▸ **PROVIDED DATA**:
Start of Block

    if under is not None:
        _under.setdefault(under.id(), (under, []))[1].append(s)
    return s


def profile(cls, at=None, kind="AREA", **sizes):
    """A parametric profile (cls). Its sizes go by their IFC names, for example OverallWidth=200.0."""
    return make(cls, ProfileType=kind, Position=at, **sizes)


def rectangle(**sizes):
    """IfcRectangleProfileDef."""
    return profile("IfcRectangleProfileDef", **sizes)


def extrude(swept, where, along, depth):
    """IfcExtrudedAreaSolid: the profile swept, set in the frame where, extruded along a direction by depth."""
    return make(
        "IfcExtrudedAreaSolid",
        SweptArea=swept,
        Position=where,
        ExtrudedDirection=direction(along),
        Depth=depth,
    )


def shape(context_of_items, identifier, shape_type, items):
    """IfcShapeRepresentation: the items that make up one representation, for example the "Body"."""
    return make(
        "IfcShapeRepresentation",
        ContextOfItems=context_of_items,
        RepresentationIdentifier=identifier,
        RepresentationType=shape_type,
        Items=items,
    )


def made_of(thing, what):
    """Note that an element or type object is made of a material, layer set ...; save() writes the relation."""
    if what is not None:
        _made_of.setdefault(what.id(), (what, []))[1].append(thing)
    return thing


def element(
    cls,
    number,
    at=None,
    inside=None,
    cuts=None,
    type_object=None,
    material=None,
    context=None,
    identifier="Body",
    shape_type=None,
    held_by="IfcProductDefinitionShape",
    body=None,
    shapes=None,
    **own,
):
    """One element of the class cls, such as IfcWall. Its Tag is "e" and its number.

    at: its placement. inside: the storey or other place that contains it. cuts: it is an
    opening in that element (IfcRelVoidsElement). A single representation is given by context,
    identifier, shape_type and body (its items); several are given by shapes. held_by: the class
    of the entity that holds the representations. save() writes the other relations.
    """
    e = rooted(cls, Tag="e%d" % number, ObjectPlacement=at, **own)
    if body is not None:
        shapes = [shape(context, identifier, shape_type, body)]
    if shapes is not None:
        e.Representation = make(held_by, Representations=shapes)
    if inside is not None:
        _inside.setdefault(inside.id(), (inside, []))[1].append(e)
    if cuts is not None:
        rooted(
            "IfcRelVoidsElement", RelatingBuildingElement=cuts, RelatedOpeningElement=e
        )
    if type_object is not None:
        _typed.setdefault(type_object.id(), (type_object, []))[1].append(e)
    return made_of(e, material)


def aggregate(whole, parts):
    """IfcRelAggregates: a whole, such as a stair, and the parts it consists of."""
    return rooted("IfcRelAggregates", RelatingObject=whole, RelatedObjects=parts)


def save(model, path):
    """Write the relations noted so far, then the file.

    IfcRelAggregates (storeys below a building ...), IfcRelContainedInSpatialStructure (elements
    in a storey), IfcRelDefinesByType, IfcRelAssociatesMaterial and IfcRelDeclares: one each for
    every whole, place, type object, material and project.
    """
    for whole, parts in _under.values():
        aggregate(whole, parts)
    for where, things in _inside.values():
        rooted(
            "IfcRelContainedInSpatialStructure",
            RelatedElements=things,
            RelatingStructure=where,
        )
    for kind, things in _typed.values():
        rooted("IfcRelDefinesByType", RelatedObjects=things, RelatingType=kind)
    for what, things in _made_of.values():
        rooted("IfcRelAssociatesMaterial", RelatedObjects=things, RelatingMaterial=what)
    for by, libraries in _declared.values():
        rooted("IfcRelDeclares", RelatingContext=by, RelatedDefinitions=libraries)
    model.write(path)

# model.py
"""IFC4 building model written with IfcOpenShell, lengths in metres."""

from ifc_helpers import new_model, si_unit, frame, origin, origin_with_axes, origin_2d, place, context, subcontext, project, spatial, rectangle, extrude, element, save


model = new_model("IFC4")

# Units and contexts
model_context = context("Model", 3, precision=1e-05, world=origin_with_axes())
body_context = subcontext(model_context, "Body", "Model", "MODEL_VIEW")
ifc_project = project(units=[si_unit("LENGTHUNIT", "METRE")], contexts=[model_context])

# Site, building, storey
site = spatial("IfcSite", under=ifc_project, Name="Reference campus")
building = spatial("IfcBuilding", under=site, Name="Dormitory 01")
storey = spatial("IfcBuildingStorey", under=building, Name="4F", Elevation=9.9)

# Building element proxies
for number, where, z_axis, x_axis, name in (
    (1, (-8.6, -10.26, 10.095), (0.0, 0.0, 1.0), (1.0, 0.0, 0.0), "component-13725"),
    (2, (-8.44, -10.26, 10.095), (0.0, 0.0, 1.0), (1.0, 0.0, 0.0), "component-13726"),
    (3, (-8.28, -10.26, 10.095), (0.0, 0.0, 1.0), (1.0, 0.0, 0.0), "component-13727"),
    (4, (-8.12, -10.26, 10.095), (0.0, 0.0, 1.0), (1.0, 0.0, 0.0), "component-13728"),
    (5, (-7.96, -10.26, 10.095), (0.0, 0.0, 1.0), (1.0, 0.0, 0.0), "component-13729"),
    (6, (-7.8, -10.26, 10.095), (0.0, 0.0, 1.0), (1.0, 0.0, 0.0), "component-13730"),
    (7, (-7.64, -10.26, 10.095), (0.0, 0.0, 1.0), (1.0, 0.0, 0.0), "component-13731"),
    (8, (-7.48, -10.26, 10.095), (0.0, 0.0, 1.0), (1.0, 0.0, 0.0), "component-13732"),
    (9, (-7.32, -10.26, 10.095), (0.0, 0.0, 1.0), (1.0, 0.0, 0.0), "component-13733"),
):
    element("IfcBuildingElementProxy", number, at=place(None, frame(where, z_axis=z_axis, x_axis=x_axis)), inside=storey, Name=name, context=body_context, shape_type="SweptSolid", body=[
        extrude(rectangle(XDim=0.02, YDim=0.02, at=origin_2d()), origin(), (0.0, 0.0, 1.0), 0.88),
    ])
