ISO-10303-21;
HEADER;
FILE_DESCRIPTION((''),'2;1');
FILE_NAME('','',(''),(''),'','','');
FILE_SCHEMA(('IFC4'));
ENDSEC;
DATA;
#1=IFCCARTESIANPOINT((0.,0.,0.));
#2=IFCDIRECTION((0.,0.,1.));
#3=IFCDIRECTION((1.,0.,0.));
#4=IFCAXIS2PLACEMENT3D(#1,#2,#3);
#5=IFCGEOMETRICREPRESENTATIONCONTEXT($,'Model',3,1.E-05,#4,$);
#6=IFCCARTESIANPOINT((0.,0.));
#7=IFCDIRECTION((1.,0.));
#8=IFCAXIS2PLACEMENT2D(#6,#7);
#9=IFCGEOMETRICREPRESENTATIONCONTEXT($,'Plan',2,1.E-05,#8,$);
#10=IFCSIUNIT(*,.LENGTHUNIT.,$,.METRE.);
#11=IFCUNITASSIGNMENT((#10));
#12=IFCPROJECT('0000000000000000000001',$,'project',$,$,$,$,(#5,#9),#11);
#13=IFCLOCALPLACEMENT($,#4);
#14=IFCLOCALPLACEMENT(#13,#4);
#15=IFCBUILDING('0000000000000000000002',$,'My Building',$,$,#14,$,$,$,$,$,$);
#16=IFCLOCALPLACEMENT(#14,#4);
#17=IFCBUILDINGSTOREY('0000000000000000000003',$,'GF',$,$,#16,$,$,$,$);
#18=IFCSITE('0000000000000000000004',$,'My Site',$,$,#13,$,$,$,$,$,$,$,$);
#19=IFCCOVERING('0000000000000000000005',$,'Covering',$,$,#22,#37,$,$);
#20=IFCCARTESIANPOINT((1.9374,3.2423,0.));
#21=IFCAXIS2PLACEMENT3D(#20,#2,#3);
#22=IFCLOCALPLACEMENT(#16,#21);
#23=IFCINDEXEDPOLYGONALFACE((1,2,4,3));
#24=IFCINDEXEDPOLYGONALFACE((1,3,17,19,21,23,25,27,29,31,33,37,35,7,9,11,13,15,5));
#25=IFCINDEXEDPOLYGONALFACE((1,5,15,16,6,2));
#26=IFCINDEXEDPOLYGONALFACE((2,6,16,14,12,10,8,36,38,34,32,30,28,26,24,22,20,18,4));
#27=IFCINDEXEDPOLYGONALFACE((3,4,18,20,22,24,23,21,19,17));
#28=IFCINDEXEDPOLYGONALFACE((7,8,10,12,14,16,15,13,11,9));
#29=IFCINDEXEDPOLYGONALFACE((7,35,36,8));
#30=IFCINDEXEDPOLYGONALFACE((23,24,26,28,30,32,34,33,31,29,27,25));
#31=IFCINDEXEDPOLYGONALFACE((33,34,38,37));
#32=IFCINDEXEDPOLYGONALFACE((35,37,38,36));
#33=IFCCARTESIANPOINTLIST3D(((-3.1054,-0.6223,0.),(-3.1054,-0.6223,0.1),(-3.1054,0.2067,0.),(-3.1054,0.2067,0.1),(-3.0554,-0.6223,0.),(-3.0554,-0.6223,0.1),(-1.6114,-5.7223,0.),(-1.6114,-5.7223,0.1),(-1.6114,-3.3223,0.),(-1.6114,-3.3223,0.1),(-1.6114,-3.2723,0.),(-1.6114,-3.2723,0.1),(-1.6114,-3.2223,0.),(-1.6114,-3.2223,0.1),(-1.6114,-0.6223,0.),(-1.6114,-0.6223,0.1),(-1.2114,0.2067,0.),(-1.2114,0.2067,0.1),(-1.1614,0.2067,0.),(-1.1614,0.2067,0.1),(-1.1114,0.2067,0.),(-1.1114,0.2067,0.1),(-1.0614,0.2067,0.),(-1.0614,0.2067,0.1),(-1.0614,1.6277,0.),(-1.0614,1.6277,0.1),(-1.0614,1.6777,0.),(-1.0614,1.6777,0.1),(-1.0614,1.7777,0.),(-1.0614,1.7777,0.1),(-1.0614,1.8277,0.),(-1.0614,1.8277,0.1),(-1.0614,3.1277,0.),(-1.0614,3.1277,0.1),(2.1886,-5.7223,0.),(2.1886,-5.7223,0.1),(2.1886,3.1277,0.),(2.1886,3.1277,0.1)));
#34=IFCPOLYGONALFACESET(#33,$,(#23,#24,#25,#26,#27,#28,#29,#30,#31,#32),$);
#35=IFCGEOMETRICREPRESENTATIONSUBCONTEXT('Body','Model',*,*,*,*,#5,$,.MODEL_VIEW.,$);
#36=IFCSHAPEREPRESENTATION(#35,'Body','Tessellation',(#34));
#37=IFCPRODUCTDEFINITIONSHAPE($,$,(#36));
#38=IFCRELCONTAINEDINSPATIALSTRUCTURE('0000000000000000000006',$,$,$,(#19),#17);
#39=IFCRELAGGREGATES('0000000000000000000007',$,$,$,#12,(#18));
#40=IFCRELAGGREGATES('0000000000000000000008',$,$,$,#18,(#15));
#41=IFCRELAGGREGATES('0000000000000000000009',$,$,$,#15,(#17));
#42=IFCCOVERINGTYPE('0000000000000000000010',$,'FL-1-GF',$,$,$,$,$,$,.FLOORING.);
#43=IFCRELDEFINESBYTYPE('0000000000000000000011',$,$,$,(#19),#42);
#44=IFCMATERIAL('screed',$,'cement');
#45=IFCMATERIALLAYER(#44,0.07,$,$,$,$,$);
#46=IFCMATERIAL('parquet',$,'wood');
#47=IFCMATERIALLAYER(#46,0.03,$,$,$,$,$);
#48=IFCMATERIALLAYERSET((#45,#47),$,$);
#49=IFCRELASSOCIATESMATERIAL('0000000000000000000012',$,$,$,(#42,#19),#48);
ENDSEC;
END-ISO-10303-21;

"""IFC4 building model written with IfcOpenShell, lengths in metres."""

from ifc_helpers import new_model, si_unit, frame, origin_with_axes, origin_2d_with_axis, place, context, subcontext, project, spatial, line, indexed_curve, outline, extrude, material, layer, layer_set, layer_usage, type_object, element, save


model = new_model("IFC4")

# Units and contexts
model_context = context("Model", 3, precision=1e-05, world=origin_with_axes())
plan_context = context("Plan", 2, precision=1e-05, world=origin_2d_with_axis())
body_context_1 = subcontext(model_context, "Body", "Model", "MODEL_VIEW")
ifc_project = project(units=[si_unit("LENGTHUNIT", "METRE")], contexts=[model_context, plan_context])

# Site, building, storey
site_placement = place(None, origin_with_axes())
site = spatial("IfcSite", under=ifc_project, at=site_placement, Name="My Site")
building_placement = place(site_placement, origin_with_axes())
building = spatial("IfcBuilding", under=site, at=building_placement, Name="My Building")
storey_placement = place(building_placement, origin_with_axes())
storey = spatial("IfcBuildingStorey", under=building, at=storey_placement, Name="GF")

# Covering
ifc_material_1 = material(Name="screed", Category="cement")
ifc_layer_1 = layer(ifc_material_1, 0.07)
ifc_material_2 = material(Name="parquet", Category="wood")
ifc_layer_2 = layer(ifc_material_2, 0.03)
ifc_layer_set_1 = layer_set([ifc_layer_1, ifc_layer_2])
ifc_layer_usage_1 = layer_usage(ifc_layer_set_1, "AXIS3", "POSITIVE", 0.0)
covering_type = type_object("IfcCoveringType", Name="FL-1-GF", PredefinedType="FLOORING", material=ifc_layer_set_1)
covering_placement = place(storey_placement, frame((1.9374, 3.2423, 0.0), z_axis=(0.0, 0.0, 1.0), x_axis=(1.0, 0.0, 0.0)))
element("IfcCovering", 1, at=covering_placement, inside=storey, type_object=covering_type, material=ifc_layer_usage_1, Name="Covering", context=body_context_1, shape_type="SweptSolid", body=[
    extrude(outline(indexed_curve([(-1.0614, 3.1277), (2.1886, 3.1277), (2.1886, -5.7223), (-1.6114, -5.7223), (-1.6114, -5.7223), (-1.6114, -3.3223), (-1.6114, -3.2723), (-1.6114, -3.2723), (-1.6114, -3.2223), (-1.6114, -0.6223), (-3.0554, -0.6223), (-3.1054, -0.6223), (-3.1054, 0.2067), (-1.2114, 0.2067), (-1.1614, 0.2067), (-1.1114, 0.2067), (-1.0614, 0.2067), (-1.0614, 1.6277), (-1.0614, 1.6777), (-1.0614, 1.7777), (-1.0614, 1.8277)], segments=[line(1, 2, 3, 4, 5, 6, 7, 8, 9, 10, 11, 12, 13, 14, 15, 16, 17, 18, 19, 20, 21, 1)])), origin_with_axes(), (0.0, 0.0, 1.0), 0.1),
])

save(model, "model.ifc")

End of Block
Start of Block

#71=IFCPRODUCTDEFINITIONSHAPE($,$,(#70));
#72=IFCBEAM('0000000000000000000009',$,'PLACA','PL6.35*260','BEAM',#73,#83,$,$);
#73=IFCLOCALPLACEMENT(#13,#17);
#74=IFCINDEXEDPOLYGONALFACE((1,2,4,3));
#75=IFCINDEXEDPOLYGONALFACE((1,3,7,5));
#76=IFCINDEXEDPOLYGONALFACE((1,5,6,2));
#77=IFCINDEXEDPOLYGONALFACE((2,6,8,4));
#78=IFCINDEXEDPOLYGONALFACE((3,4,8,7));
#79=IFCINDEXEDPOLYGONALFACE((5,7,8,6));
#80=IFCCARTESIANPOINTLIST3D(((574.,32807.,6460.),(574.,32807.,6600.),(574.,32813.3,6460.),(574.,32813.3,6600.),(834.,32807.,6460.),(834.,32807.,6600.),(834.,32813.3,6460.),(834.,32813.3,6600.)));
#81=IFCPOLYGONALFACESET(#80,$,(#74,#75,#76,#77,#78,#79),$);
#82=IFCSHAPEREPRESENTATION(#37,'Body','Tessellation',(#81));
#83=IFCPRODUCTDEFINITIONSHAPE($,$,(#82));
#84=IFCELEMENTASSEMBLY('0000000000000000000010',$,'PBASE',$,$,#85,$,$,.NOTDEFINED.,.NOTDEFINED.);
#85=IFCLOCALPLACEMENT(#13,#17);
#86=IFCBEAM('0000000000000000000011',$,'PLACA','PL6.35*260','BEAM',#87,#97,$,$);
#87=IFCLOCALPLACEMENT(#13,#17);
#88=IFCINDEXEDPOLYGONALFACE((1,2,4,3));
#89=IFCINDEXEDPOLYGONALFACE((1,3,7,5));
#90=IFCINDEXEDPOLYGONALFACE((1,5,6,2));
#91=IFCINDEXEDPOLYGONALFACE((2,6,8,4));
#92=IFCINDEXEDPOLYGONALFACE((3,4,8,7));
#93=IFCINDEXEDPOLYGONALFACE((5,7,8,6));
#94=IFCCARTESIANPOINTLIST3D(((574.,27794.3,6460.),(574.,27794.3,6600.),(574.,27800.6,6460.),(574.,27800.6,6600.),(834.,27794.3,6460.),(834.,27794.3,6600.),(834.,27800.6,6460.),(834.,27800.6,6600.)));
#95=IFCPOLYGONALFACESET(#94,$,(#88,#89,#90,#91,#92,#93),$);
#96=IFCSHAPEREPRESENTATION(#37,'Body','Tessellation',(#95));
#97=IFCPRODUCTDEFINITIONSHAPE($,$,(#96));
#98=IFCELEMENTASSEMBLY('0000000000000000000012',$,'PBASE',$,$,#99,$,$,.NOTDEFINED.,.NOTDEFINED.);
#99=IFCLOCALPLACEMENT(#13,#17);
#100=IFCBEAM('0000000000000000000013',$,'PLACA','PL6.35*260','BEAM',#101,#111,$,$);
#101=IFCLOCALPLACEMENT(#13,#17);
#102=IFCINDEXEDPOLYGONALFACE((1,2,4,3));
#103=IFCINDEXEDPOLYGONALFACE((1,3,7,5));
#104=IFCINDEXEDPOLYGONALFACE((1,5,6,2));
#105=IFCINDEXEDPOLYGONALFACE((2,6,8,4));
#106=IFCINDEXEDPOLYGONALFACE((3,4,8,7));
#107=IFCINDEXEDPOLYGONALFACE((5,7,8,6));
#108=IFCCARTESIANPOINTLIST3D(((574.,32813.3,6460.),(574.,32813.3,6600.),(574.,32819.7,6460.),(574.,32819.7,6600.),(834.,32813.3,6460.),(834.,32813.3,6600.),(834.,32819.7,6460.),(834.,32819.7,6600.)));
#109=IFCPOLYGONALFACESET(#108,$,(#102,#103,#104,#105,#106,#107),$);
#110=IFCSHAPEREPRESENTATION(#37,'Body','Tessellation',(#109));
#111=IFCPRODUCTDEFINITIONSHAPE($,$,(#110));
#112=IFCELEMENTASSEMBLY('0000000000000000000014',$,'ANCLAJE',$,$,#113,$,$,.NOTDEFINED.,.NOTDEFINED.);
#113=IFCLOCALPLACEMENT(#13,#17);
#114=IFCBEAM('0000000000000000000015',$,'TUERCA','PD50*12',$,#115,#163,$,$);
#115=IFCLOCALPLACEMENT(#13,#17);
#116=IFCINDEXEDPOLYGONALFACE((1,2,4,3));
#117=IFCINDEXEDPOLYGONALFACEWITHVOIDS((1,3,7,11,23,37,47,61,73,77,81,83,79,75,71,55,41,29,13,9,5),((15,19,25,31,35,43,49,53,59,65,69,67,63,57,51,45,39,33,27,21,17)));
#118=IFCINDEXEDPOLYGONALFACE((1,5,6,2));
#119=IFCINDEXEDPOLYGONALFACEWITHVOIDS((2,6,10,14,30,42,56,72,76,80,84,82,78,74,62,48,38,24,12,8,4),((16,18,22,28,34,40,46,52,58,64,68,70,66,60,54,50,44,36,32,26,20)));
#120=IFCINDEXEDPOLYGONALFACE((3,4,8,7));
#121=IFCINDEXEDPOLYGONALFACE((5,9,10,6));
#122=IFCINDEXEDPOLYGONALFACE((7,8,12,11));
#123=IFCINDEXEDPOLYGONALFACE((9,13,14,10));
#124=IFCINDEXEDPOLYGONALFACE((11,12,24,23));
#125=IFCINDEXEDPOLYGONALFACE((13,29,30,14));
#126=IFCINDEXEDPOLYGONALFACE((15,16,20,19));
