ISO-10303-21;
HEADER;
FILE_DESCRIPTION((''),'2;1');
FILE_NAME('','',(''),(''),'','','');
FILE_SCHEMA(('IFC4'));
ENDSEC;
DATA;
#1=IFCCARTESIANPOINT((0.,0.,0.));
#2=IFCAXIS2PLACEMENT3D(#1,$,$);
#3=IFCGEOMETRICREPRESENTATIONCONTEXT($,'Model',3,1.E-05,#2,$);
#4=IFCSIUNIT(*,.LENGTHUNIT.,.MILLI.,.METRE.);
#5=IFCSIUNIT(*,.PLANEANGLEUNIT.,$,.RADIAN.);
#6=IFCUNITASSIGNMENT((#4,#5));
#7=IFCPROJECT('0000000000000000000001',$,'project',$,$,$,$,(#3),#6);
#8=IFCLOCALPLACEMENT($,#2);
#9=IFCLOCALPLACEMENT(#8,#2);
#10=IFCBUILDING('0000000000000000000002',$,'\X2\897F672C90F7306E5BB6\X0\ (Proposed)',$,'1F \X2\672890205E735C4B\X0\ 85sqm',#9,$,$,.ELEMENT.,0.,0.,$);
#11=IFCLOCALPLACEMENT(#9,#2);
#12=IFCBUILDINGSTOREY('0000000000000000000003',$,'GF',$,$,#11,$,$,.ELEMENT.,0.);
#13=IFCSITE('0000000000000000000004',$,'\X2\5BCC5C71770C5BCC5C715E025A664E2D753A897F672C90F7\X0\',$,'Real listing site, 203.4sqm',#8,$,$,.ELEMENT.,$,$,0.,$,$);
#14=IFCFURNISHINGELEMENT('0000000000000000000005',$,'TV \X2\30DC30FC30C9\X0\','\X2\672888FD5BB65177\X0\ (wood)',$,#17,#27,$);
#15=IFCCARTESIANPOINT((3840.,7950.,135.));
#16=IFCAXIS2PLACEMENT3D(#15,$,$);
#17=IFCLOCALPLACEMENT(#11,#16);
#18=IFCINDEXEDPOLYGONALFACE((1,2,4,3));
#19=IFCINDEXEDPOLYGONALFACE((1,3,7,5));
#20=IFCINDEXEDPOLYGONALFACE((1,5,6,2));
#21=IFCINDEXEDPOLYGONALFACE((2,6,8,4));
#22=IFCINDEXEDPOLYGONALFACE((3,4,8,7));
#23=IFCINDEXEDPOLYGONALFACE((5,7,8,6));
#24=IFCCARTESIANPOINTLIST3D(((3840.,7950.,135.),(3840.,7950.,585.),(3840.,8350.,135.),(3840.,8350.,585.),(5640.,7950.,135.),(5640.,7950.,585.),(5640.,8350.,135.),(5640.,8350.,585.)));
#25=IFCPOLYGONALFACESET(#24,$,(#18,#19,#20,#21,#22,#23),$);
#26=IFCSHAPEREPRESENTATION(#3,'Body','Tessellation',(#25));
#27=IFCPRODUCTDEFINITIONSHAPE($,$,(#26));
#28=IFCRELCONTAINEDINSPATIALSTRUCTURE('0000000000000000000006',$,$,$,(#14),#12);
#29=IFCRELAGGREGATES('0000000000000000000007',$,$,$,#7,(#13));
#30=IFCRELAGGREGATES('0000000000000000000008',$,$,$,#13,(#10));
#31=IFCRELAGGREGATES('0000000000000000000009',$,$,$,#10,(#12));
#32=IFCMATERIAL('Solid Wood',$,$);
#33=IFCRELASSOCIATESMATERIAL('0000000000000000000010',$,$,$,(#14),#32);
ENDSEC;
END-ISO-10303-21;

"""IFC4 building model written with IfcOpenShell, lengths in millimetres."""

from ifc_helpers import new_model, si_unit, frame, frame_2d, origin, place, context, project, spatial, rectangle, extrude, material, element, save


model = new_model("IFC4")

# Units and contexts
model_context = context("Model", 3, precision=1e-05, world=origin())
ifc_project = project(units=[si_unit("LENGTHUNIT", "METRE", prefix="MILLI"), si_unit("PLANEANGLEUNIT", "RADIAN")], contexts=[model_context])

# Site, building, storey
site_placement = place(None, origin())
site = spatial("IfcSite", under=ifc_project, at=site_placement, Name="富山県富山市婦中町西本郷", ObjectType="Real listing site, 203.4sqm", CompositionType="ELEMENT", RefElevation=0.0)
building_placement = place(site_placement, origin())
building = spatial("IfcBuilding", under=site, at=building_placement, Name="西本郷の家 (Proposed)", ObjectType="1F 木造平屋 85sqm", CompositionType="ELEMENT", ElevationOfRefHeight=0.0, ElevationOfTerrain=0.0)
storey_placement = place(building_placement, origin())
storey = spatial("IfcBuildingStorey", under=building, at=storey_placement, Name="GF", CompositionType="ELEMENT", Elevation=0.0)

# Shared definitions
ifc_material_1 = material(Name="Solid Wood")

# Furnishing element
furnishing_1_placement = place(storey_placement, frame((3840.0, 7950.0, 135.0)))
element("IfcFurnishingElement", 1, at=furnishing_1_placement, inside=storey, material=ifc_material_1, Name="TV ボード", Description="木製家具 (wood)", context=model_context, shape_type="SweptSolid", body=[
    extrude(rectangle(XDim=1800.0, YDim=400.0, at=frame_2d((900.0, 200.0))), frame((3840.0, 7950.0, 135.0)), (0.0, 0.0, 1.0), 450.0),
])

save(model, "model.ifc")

End of Block

▸ **PROBLEM REQUIREMENTS**: Over the whole listing above, how many lines contain the string "where"? The answer is that number alone.

▸ **PROBLEM SOLUTION**: 7